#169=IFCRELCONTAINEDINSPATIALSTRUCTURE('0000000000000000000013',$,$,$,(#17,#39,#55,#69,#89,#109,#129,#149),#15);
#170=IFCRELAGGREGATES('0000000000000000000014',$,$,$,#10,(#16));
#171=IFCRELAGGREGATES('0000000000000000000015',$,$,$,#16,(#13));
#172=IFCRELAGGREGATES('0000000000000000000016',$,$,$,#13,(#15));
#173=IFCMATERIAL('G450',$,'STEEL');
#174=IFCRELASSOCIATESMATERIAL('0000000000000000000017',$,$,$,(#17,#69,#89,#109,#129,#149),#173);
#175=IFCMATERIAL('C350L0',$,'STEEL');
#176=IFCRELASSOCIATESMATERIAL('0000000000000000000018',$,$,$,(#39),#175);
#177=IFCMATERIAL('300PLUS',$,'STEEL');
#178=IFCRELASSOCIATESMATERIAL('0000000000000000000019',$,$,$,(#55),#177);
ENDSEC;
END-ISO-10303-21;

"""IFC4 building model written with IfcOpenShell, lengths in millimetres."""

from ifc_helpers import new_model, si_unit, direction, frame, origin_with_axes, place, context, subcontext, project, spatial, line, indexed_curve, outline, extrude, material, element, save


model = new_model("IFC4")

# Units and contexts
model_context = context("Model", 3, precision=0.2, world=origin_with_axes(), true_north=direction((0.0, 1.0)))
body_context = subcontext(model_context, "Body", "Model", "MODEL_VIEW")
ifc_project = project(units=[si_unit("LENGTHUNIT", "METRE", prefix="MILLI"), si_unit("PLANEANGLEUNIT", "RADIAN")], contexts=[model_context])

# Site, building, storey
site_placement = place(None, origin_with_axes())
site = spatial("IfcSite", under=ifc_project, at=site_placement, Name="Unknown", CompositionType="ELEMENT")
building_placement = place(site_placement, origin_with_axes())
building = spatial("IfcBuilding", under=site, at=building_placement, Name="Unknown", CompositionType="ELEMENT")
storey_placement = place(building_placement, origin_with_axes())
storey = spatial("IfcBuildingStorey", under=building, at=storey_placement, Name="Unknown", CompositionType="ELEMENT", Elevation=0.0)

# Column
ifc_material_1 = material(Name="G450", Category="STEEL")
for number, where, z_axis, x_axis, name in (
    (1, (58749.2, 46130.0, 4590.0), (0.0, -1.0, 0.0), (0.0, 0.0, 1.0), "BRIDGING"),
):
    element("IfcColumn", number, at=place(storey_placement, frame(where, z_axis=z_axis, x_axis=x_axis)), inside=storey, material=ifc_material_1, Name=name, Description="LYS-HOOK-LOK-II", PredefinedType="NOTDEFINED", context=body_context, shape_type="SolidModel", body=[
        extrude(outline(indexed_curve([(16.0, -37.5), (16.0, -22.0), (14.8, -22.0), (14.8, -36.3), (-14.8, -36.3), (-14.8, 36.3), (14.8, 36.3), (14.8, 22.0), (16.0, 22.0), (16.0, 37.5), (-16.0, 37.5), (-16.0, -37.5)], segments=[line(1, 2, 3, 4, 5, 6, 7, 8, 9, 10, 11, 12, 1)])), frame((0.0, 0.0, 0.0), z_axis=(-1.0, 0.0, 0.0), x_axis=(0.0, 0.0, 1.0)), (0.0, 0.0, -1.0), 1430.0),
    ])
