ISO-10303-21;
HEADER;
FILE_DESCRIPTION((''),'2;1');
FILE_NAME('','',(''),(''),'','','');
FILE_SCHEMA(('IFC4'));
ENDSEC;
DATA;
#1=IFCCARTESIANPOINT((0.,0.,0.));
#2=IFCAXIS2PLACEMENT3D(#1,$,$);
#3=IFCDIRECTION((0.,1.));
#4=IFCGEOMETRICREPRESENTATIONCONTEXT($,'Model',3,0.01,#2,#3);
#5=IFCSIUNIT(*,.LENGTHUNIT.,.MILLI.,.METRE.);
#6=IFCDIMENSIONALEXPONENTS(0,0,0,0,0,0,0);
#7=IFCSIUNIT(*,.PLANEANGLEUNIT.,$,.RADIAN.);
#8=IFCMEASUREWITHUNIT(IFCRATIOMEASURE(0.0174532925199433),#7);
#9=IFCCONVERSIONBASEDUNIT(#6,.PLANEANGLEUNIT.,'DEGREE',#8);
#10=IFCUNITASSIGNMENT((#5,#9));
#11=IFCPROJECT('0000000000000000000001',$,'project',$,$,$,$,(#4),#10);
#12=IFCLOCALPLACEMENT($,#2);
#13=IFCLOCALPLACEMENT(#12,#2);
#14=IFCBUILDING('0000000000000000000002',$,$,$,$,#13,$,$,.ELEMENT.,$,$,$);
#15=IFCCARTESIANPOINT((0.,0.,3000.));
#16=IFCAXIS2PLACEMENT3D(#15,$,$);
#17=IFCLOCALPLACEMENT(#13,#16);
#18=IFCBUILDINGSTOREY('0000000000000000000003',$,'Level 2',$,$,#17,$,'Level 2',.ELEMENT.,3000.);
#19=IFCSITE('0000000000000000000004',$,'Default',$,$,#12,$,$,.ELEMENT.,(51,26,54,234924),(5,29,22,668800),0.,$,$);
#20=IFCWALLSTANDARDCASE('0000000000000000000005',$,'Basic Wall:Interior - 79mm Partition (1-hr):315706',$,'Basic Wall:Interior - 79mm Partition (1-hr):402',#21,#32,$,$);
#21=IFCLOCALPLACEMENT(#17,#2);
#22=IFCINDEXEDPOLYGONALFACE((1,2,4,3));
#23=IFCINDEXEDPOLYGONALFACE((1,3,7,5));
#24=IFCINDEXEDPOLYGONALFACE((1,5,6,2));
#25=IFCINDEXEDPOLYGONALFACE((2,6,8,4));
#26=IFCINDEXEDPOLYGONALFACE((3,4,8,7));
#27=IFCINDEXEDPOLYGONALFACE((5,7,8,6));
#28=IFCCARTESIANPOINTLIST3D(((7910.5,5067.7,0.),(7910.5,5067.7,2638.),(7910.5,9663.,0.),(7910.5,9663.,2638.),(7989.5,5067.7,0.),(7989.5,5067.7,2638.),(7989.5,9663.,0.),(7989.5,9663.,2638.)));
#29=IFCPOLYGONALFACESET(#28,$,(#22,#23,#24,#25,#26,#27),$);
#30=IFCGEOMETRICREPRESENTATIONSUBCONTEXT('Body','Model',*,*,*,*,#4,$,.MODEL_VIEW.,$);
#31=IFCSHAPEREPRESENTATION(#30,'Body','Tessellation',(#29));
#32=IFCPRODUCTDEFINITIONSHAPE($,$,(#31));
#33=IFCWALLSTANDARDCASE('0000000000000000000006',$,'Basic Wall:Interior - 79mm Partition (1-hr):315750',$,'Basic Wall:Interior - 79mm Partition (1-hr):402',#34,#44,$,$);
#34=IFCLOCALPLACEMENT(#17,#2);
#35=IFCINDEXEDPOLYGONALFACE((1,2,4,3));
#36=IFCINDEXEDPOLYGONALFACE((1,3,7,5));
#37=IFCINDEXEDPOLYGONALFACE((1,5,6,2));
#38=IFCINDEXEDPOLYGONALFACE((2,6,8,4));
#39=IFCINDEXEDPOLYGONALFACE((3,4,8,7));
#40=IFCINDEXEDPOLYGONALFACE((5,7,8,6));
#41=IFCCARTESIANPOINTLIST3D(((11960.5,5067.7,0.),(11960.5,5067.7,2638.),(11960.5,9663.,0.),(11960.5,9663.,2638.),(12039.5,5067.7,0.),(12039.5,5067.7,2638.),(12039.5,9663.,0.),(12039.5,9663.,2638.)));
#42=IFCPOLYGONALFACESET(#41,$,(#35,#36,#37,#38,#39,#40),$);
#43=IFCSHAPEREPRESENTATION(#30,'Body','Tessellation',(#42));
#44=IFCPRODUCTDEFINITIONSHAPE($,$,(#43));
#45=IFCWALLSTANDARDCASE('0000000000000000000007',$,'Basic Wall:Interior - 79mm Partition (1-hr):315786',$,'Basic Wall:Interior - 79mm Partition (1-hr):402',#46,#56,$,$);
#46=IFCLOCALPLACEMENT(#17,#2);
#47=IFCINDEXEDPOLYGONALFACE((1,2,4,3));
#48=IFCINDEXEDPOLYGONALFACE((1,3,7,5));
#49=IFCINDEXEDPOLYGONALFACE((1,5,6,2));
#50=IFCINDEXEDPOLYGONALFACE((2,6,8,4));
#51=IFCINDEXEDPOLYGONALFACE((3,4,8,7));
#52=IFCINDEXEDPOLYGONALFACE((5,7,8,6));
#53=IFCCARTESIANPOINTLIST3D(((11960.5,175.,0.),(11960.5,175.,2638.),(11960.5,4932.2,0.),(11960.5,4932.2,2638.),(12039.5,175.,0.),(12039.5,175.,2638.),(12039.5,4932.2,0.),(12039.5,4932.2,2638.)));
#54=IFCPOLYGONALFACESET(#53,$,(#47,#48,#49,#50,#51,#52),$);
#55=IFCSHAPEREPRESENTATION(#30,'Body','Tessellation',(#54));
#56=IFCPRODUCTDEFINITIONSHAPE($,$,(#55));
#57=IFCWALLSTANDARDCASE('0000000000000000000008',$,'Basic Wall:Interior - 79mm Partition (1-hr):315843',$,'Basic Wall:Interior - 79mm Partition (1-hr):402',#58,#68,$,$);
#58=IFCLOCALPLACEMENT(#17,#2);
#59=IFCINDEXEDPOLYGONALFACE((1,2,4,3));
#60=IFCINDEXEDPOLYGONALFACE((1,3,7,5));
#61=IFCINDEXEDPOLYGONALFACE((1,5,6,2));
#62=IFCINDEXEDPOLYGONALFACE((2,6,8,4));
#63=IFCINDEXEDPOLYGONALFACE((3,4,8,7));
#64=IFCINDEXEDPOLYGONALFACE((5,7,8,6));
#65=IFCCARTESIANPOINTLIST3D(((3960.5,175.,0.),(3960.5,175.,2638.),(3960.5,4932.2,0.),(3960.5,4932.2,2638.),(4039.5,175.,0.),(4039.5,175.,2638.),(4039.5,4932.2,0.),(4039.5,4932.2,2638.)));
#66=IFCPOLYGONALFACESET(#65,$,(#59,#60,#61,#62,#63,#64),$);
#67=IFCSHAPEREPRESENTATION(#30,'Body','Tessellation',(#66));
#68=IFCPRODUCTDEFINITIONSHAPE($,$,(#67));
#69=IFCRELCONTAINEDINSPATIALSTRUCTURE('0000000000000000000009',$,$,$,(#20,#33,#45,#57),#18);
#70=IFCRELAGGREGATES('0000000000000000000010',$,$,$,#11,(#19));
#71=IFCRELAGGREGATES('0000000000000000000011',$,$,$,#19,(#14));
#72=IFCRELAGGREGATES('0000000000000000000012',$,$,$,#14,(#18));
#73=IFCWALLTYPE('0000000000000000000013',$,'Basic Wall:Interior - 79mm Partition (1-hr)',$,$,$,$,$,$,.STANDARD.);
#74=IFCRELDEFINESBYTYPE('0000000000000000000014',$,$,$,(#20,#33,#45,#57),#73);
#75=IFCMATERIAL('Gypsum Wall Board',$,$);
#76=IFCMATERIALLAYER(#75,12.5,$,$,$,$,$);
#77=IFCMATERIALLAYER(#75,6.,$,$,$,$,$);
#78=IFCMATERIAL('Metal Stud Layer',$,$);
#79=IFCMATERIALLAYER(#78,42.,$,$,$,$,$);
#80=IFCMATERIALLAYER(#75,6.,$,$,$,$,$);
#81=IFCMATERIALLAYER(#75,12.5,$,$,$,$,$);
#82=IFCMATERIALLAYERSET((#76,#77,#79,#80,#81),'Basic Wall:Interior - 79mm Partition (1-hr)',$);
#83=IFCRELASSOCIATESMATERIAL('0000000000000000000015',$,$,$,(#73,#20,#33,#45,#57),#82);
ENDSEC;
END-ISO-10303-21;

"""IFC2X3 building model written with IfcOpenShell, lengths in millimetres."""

from ifc_helpers import new_model, entity, si_unit, converted_unit, direction, frame, frame_2d, origin, place, context, subcontext, project, spatial, polyline, rectangle, extrude, clip, bounded_halfspace, material, layer, layer_set, layer_usage, type_object, element, save


model = new_model("IFC2X3")

# Units and contexts
model_context = context("Model", 3, precision=0.01, world=origin(), true_north=direction((0.0, 1.0)))
body_context = subcontext(model_context, "Body", "Model", "MODEL_VIEW")
ifc_project = project(units=[si_unit("LENGTHUNIT", "METRE", prefix="MILLI"), converted_unit("PLANEANGLEUNIT", "DEGREE", entity("IfcRatioMeasure", 0.0174532925199433), si_unit("PLANEANGLEUNIT", "RADIAN"), dimensions=[0, 0, 0, 0, 0, 0, 0])], contexts=[model_context])

# Site, building, storey
site_placement = place(None, origin())
site = spatial("IfcSite", under=ifc_project, at=site_placement, Name="Default", CompositionType="ELEMENT", RefLatitude=(51, 26, 54, 234924), RefLongitude=(5, 29, 22, 668800), RefElevation=0.0)
building_placement = place(site_placement, origin())
building = spatial("IfcBuilding", under=site, at=building_placement, CompositionType="ELEMENT")
storey_placement = place(building_placement, frame((0.0, 0.0, 3000.0)))
storey = spatial("IfcBuildingStorey", under=building, at=storey_placement, Name="Level 2", LongName="Level 2", CompositionType="ELEMENT", Elevation=3000.0)

# Walls
ifc_material_1 = material(Name="Gypsum Wall Board")
ifc_material_2 = material(Name="Metal Stud Layer")
ifc_layer_1 = layer(ifc_material_1, 12.5)
ifc_layer_2 = layer(ifc_material_1, 6.0)
ifc_layer_3 = layer(ifc_material_2, 42.0)
ifc_layer_4 = layer(ifc_material_1, 6.0)
ifc_layer_5 = layer(ifc_material_1, 12.5)
ifc_layer_set_1 = layer_set([ifc_layer_1, ifc_layer_2, ifc_layer_3, ifc_layer_4, ifc_layer_5], Name="Basic Wall:Interior - 79mm Partition (1-hr)")
ifc_layer_usage_1 = layer_usage(ifc_layer_set_1, "AXIS2", "NEGATIVE", 39.5)
wall_type_1 = type_object("IfcWallType", Name="Basic Wall:Interior - 79mm Partition (1-hr)", PredefinedType="STANDARD", material=ifc_layer_set_1)
wall_1_placement = place(storey_placement, frame((7950.0, 5067.7, 0.0), z_axis=(0.0, 0.0, 1.0), x_axis=(0.0, 1.0, 0.0)))
element("IfcWallStandardCase", 1, at=wall_1_placement, inside=storey, type_object=wall_type_1, material=ifc_layer_usage_1, Name="Basic Wall:Interior - 79mm Partition (1-hr):315706", ObjectType="Basic Wall:Interior - 79mm Partition (1-hr):402", context=body_context, shape_type="Clipping", body=[
    clip(extrude(rectangle(XDim=4595.3, YDim=79.0, at=frame_2d((2297.6, 0.0), x_axis=(-1.0, 0.0))), origin(), (0.0, 0.0, 1.0), 2638.0), bounded_halfspace(frame((0.0, -39.5, 2638.0), z_axis=(0.0, 0.0, -1.0), x_axis=(0.0, -1.0, 0.0)), True, frame((0.0, -39.5, 2638.0)), polyline([(0.0, 0.0), (4595.3, 0.0), (4595.3, 79.0), (0.0, 79.0), (0.0, 0.0)]))),
])
ifc_layer_usage_2 = layer_usage(ifc_layer_set_1, "AXIS2", "NEGATIVE", 39.5)
wall_2_placement = place(storey_placement, frame((12000.0, 9663.0, 0.0), z_axis=(0.0, 0.0, 1.0), x_axis=(0.0, -1.0, 0.0)))
element("IfcWallStandardCase", 2, at=wall_2_placement, inside=storey, type_object=wall_type_1, material=ifc_layer_usage_2, Name="Basic Wall:Interior - 79mm Partition (1-hr):315750", ObjectType="Basic Wall:Interior - 79mm Partition (1-hr):402", context=body_context, shape_type="Clipping", body=[
    clip(extrude(rectangle(XDim=4595.3, YDim=79.0, at=frame_2d((2297.6, 0.0), x_axis=(-1.0, 0.0))), origin(), (0.0, 0.0, 1.0), 2638.0), bounded_halfspace(frame((0.0, -39.5, 2638.0), z_axis=(0.0, 0.0, -1.0), x_axis=(0.0, 1.0, 0.0)), True, frame((0.0, -39.5, 2638.0)), polyline([(0.0, 0.0), (4595.3, 0.0), (4595.3, 79.0), (0.0, 79.0), (0.0, 0.0)]))),
])
ifc_layer_usage_3 = layer_usage(ifc_layer_set_1, "AXIS2", "NEGATIVE", 39.5)
wall_3_placement = place(storey_placement, frame((12000.0, 4932.2, 0.0), z_axis=(0.0, 0.0, 1.0), x_axis=(0.0, -1.0, 0.0)))
element("IfcWallStandardCase", 3, at=wall_3_placement, inside=storey, type_object=wall_type_1, material=ifc_layer_usage_3, Name="Basic Wall:Interior - 79mm Partition (1-hr):315786", ObjectType="Basic Wall:Interior - 79mm Partition (1-hr):402", context=body_context, shape_type="Clipping", body=[
    clip(extrude(rectangle(XDim=4757.3, YDim=79.0, at=frame_2d((2378.6, 0.0), x_axis=(-1.0, 0.0))), origin(), (0.0, 0.0, 1.0), 2638.0), bounded_halfspace(frame((0.0, -39.5, 2638.0), z_axis=(0.0, 0.0, -1.0), x_axis=(0.0, 1.0, 0.0)), True, frame((0.0, -39.5, 2638.0)), polyline([(0.0, 0.0), (4757.3, 0.0), (4757.3, 79.0), (0.0, 79.0), (0.0, 0.0)]))),
])
ifc_layer_usage_4 = layer_usage(ifc_layer_set_1, "AXIS2", "NEGATIVE", 39.5)
wall_4_placement = place(storey_placement, frame((4000.0, 4932.2, 0.0), z_axis=(0.0, 0.0, 1.0), x_axis=(0.0, -1.0, 0.0)))
element("IfcWallStandardCase", 4, at=wall_4_placement, inside=storey, type_object=wall_type_1, material=ifc_layer_usage_4, Name="Basic Wall:Interior - 79mm Partition (1-hr):315843", ObjectType="Basic Wall:Interior - 79mm Partition (1-hr):402", context=body_context, shape_type="Clipping", body=[
    clip(extrude(rectangle(XDim=4757.2, YDim=79.0, at=frame_2d((2378.6, 0.0), x_axis=(-1.0, 0.0))), origin(), (0.0, 0.0, 1.0), 2638.0), bounded_halfspace(frame((0.0, -39.5, 2638.0), z_axis=(0.0, 0.0, -1.0), x_axis=(0.0, 1.0, 0.0)), True, frame((0.0, -39.5, 2638.0)), polyline([(0.0, 0.0), (4757.2, 0.0), (4757.2, 79.0), (0.0, 79.0), (0.0, 0.0)]))),
])

save(model, "model.ifc")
• • • •
Return every line of the listing that has the word "STEEL" in it.

__SOLUTION TO THIS PROBLEM__
#173=IFCMATERIAL('G450',$,'STEEL');
#175=IFCMATERIAL('C350L0',$,'STEEL');
#177=IFCMATERIAL('300PLUS',$,'STEEL');
ifc_material_1 = material(Name="G450", Category="STEEL")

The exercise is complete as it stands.